Without skipping anything, transcribe the listing that follows.
== Source material
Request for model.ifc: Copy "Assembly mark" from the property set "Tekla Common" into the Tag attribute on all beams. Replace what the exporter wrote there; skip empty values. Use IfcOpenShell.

First a look at what the model holds.

```python
import ifcopenshell
import ifcopenshell.util.element

model = ifcopenshell.open("model.ifc")
print(model.schema)
beams = model.by_type("IfcBeam")
print(len(beams), "beams")
for e in beams[:8]:
    source = ifcopenshell.util.element.get_pset(e, "Tekla Common", "Assembly mark")
    target = e.Tag
    print(e.id(), repr(source), repr(target), sep=" | ")
```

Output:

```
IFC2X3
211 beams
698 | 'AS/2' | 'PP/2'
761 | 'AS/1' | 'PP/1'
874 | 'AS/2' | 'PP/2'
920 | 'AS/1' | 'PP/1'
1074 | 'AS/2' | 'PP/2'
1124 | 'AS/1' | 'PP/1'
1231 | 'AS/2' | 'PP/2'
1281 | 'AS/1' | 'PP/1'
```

```python
import ifcopenshell
import ifcopenshell.util.element

model = ifcopenshell.open("model.ifc")

count = 0
for e in model.by_type("IfcBeam"):
    value = ifcopenshell.util.element.get_pset(e, "Tekla Common", "Assembly mark")
    current = e.Tag
    if not value or not value.strip() or current == value:
        continue
    e.Tag = value
    count += 1

print(count, "beams updated")

model.write("model_v2.ifc")
```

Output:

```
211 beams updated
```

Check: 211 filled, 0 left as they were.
====
| Exercise solution |
Request for model.ifc: Copy "Assembly mark" from the property set "Tekla Common" into the Tag attribute on all beams. Replace what the exporter wrote there; skip empty values. Use IfcOpenShell.

First a look at what the model holds.

```python
import ifcopenshell
import ifcopenshell.util.element

model = ifcopenshell.open("model.ifc")
print(model.schema)
beams = model.by_type("IfcBeam")
print(len(beams), "beams")
for e in beams[:8]:
    source = ifcopenshell.util.element.get_pset(e, "Tekla Common", "Assembly mark")
    target = e.Tag
    print(e.id(), repr(source), repr(target), sep=" | ")
```

Output:

```
IFC2X3
211 beams
698 | 'AS/2' | 'PP/2'
761 | 'AS/1' | 'PP/1'
874 | 'AS/2' | 'PP/2'
920 | 'AS/1' | 'PP/1'
1074 | 'AS/2' | 'PP/2'
1124 | 'AS/1' | 'PP/1'
1231 | 'AS/2' | 'PP/2'
1281 | 'AS/1' | 'PP/1'
```

```python
import ifcopenshell
import ifcopenshell.util.element

model = ifcopenshell.open("model.ifc")

count = 0
for e in model.by_type("IfcBeam"):
    value = ifcopenshell.util.element.get_pset(e, "Tekla Common", "Assembly mark")
    current = e.Tag
    if not value or not value.strip() or current == value:
        continue
    e.Tag = value
    count += 1

print(count, "beams updated")

model.write("model_v2.ifc")
```

Output:

```
211 beams updated
```

Check: 211 filled, 0 left as they were.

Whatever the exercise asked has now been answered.